Siempre fui dada a la ensoñación o a la invención de
historias surrealistas. Me gustaba y me gusta crear un mundo donde poder
escapar en situaciones cuando el subconsciente da el pistoletazo de salida. Me
encuentro afinada contra el pequeño muro de esta terraza que, ya considero mi
Atalaya. Apoyada sobre una mano, la otra dibuja pequeños infinitos en la
superficie. Fijo la mirada a lo lejos, en un paisaje reconocido por mí, cada
montículo, casa, paraje… Reparo en una casa de estilo señorial del siglo pasado, su aspecto
deteriorado, derruido, me hace pensar en miles de testimonios vividos entre sus paredes. Los propios habitantes a lo largo de su vida.
Me veo rodeándola, la maleza roza mis piernas, el
ruido de la naturaleza enmudece el sonido interior. Recorro la fachada desde mi
posición descubriendo unos balcones vacíos como cuencas de ojos sin vida. La entrada
es una gran boca que invita a pasar, donde antes hubo una puerta ahora solo hay espesura y tiempo. Siento la llamada de la casa, como si estuviera viva, como si
pidiera compañía.
Traspaso el umbral y me introduzco en ella. Tras unos minutos
mis ojos se han acostumbrado a la penumbra, el interior es pura ruina, sin
embargo, no deja de mostrar el señorío de aquella estancia. Restos de papel en
las paredes, todavía queda alguna baldosa que habla de su elegancia. No hay
muebles, las puertas que separan las distintas habitaciones hace tiempo que
dejaron de hacer de centinelas.
Oigo un ruido en la planta de arriba. Debería de haber
sentido inquietud, al contrario, me dispongo a subir por la escalera, o mejor dicho, la huella de lo que allí hubo. Repaso las salas una
a una, me dejo llevar por el sonido hipnótico.
Estoy ante una habitación en semipenumbra, el ruido proviene
de allí. Me adentro y puedo comprobar cómo un balancín se mueve, cruje con cada
movimiento. Me acerco hasta ponerme frente a él. Sigue con su vaivén ausente a
mi presencia. Intento posar mi mano sobre el respaldo para detener el balanceo. No lo consigo.
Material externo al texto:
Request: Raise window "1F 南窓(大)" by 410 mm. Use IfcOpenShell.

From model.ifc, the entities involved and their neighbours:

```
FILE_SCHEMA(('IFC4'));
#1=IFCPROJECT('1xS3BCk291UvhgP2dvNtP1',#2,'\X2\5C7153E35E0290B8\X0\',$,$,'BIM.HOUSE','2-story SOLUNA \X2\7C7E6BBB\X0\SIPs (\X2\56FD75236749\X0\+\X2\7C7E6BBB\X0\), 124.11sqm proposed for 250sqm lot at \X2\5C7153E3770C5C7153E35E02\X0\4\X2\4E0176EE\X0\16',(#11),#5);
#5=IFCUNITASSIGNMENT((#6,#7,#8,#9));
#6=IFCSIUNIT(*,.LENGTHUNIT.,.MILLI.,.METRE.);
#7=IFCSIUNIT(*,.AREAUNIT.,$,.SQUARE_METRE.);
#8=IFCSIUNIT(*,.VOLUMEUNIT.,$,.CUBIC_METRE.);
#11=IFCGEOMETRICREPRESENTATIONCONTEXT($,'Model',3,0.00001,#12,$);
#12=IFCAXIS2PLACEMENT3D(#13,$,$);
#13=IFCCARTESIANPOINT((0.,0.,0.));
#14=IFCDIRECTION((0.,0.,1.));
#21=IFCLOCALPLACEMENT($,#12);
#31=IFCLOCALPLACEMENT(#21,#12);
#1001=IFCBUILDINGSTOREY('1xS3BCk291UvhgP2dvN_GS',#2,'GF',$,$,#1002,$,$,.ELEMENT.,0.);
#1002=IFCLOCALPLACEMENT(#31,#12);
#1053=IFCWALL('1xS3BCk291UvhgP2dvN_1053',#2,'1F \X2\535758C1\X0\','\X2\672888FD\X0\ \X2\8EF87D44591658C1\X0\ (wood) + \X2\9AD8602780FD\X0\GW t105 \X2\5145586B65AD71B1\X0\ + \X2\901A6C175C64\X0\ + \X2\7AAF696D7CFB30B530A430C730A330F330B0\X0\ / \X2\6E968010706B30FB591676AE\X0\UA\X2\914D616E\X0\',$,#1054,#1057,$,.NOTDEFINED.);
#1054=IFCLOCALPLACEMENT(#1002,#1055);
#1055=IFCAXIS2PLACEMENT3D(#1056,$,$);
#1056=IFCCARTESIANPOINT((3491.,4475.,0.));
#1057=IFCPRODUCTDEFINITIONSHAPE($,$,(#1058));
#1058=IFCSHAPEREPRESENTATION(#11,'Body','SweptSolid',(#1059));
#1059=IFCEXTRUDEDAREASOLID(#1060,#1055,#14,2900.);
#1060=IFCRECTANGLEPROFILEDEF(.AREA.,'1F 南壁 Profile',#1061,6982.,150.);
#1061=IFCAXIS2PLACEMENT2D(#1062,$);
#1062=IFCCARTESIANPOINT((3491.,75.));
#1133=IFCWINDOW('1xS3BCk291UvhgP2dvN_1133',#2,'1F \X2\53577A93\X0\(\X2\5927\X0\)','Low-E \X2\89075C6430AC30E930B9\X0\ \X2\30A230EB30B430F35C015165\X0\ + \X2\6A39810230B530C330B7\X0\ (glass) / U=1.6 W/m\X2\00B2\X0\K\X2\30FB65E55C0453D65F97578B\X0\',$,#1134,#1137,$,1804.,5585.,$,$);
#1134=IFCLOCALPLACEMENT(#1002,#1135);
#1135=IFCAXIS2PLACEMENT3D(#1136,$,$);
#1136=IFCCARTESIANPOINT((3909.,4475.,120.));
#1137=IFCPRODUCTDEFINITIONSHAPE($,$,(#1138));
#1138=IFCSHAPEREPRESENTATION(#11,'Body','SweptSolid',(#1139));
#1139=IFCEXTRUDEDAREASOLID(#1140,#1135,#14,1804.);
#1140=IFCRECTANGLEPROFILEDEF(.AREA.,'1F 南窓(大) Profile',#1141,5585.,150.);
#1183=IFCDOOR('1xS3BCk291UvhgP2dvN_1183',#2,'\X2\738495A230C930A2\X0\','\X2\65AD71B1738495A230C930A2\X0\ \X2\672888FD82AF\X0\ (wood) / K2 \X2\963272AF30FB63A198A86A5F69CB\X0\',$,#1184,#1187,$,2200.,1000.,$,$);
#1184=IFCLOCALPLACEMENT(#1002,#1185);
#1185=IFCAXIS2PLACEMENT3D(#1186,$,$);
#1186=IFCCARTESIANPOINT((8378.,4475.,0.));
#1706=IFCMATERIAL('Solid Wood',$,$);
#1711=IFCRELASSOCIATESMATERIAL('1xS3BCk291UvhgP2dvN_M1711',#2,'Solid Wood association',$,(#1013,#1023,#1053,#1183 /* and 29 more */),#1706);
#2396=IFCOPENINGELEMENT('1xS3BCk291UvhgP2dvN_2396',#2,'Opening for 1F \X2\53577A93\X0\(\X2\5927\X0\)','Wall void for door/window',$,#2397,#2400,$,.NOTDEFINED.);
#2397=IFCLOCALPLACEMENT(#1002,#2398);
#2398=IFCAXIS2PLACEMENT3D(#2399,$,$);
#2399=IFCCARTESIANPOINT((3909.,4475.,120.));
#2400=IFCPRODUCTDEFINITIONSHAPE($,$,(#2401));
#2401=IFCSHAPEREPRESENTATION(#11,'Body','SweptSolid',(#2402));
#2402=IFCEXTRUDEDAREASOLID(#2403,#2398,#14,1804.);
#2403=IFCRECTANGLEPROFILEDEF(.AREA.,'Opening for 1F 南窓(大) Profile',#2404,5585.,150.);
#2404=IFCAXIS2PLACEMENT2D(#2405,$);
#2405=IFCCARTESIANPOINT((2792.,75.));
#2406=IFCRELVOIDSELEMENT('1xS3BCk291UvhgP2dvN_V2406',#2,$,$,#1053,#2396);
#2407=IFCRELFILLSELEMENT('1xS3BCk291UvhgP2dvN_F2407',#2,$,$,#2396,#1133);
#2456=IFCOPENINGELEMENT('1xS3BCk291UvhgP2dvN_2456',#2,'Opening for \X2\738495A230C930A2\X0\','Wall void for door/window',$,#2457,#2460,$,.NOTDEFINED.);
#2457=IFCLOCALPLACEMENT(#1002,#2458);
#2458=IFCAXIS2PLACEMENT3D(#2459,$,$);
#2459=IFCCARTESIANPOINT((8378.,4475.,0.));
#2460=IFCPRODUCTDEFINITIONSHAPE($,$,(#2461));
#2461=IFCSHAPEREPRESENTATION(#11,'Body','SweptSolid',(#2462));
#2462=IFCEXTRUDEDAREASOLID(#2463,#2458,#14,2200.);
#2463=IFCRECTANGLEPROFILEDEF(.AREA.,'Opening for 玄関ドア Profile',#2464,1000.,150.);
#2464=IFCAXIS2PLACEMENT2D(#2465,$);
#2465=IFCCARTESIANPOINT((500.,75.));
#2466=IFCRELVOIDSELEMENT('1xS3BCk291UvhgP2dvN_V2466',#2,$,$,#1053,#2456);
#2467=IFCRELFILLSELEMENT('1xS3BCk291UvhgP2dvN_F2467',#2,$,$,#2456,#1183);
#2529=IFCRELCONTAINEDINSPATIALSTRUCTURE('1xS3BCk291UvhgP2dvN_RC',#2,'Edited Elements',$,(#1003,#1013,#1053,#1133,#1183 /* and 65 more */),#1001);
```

```python
import numpy as np
import ifcopenshell
import ifcopenshell.api.geometry
import ifcopenshell.util.placement
import ifcopenshell.util.unit

model = ifcopenshell.open("model.ifc")
unit_scale = ifcopenshell.util.unit.calculate_unit_scale(model)

window = model.by_guid("1xS3BCk291UvhgP2dvN_1133")
opening = window.FillsVoids[0].RelatingOpeningElement
dz = 0.41 / unit_scale

shift = np.array([0.0, 0.0, dz])
# The window is not placed relative to its opening, so move both.
for product in (opening, window):
    matrix = ifcopenshell.util.placement.get_local_placement(product.ObjectPlacement)
    matrix[:3, 3] += shift
    ifcopenshell.api.geometry.edit_object_placement(model, product=product, matrix=matrix, is_si=False)

print(f"moved by {dz * unit_scale:+.3f} m")

model.write("model_v2.ifc")
```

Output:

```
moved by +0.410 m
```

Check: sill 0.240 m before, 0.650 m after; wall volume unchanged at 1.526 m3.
Hay una fuerza que lo mantiene en ese viaje
continúo.
En ese momento surge una voz que me invita a sentarme cerca.
Sorprendida me dejo caer esperando alguna orden. La cual no viene, en su lugar continúa hablando mientras voy percibiendo la silueta de una mujer anciana,
meciéndose, con la mirada perdida más allá del ventanal. No siento miedo, ni
estupor, tan solo sigo expectante ante el acontecimiento que presencio.
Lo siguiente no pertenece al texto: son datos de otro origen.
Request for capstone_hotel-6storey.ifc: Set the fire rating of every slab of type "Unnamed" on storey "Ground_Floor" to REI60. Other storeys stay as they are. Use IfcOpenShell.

First a look at what the model holds.

```python
import ifcopenshell
import ifcopenshell.util.element

model = ifcopenshell.open("capstone_hotel-6storey.ifc")
print(model.schema)
storey = next(s for s in model.by_type("IfcBuildingStorey") if s.Name == "Ground_Floor")
slabs = [e for e in ifcopenshell.util.element.get_decomposition(storey) if e.is_a("IfcSlab")]
seen = {}
for e in slabs:
    element_type = ifcopenshell.util.element.get_type(e)
    key = (element_type.Name if element_type != e and element_type else None, ifcopenshell.util.element.get_pset(e, "Pset_SlabCommon", "FireRating"))
    seen[key] = seen.get(key, 0) + 1
for (name, value), count in sorted(seen.items(), key=str):
    print(count, "x", name, "|", value)
```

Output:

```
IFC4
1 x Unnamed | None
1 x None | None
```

```python
import ifcopenshell
import ifcopenshell.api.pset
import ifcopenshell.util.element

model = ifcopenshell.open("capstone_hotel-6storey.ifc")

storey = next(s for s in model.by_type("IfcBuildingStorey") if s.Name == "Ground_Floor")
slabs = [e for e in ifcopenshell.util.element.get_decomposition(storey) if e.is_a("IfcSlab")]

count = 0
for e in slabs:
    element_type = ifcopenshell.util.element.get_type(e)
    if element_type in (None, e) or element_type.Name != "Unnamed":
        continue
    # add_pset returns the element's existing set when there is one.
    pset = ifcopenshell.api.pset.add_pset(model, product=e, name="Pset_SlabCommon")
    ifcopenshell.api.pset.edit_pset(model, pset=pset, properties={"FireRating": "REI60"})
    count += 1

print(count, "slabs updated")

model.write("capstone_hotel-6storey-out.ifc")
```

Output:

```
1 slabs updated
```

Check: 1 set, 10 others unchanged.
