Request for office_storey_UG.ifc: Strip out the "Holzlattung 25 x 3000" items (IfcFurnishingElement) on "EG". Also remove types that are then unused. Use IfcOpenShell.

First a look at what the model holds.

```python
import ifcopenshell
import ifcopenshell.util.element

model = ifcopenshell.open("office_storey_UG.ifc")
print(model.schema)
storey = next(s for s in model.by_type("IfcBuildingStorey") if s.Name == "EG")
furniture = [e for e in ifcopenshell.util.element.get_decomposition(storey) if e.is_a("IfcFurnishingElement")]
seen = {}
for e in furniture:
    element_type = ifcopenshell.util.element.get_type(e)
    name = element_type.Name if element_type not in (None, e) else None
    seen[name] = seen.get(name, 0) + 1
for name, count in sorted(seen.items(), key=str):
    print(count, "x", name)
```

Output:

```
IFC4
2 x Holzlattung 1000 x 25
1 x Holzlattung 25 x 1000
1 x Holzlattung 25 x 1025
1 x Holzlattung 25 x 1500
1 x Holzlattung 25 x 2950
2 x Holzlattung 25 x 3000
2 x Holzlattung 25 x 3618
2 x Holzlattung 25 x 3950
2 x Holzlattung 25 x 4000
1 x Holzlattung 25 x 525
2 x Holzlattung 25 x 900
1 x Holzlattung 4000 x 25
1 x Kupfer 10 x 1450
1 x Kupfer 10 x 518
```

```python
import ifcopenshell
import ifcopenshell.api.root
import ifcopenshell.util.element

model = ifcopenshell.open("office_storey_UG.ifc")

storey = next(s for s in model.by_type("IfcBuildingStorey") if s.Name == "EG")
furniture = [e for e in ifcopenshell.util.element.get_decomposition(storey) if e.is_a("IfcFurnishingElement")]
targets = [e for e in furniture if (t := ifcopenshell.util.element.get_type(e)) not in (None, e) and t.Name == "Holzlattung 25 x 3000"]
types = {ifcopenshell.util.element.get_type(e) for e in targets} - {None, *targets}

for e in targets:
    ifcopenshell.api.root.remove_product(model, product=e)
print(len(targets), "removed")

unused = [t for t in types if not ifcopenshell.util.element.get_types(t)]
for t in unused:
    ifcopenshell.api.root.remove_product(model, product=t)
print(len(unused), "unused types removed")

model.write("office_storey_UG_updated.ifc")
```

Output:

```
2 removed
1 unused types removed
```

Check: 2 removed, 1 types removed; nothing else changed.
Me habla de las almas que no consiguen alcanzar su paz. De las promesas que se hacen en vida y luego se olvidan. De los juramentos de amor, de los duelos. Me cuenta la historia de un lazo negro a modo de luto durante un tiempo tras la partida de alguien a quien se aprecia. Entonces me mira y me pregunta si yo me lo pondría para ella. Asiento a la vez que noto como algo roza mi muñeca. La levanto a la altura de mis ojos para comprobar el adorno que la envuelve. Acto seguido regreso la mirada al vacío que ha dejado el balancín. No hay rastro de todo aquello.
Continúo sentada y es mi turno de hablar, sé que me escuchará porque conoce el motivo de mi visita. Le hablo de la presencia que me nombra y luego se desvanece dejando en el aire la sensación de compañía. De a quién creo que le pertenece y lo que significa para mí que sea de él, mi abuelo. Callo durante unos segundos esperando algún gesto que me adelante su escucha. No sucede nada y sigo contando mi vivencia. Tras acabar con mi relato me dispongo a salir del cuarto, es entonces cuando vuelvo a escuchar el crujir de la mecedora.
Me
vuelvo para ver su rostro una vez más, su mirada se clava en la mía mientras
recita muy despacio que le pregunte qué es lo que quiere, que hable con él.
Cierro los ojos soltando un suspiro y en ese momento todo vuelve a desaparecer.
Salgo de la casa algo contrariada. La miro al mismo tiempo
que rozo la tela que circunda mi muñeca.
Me recuerdo que sigo en la realidad de un confinamiento.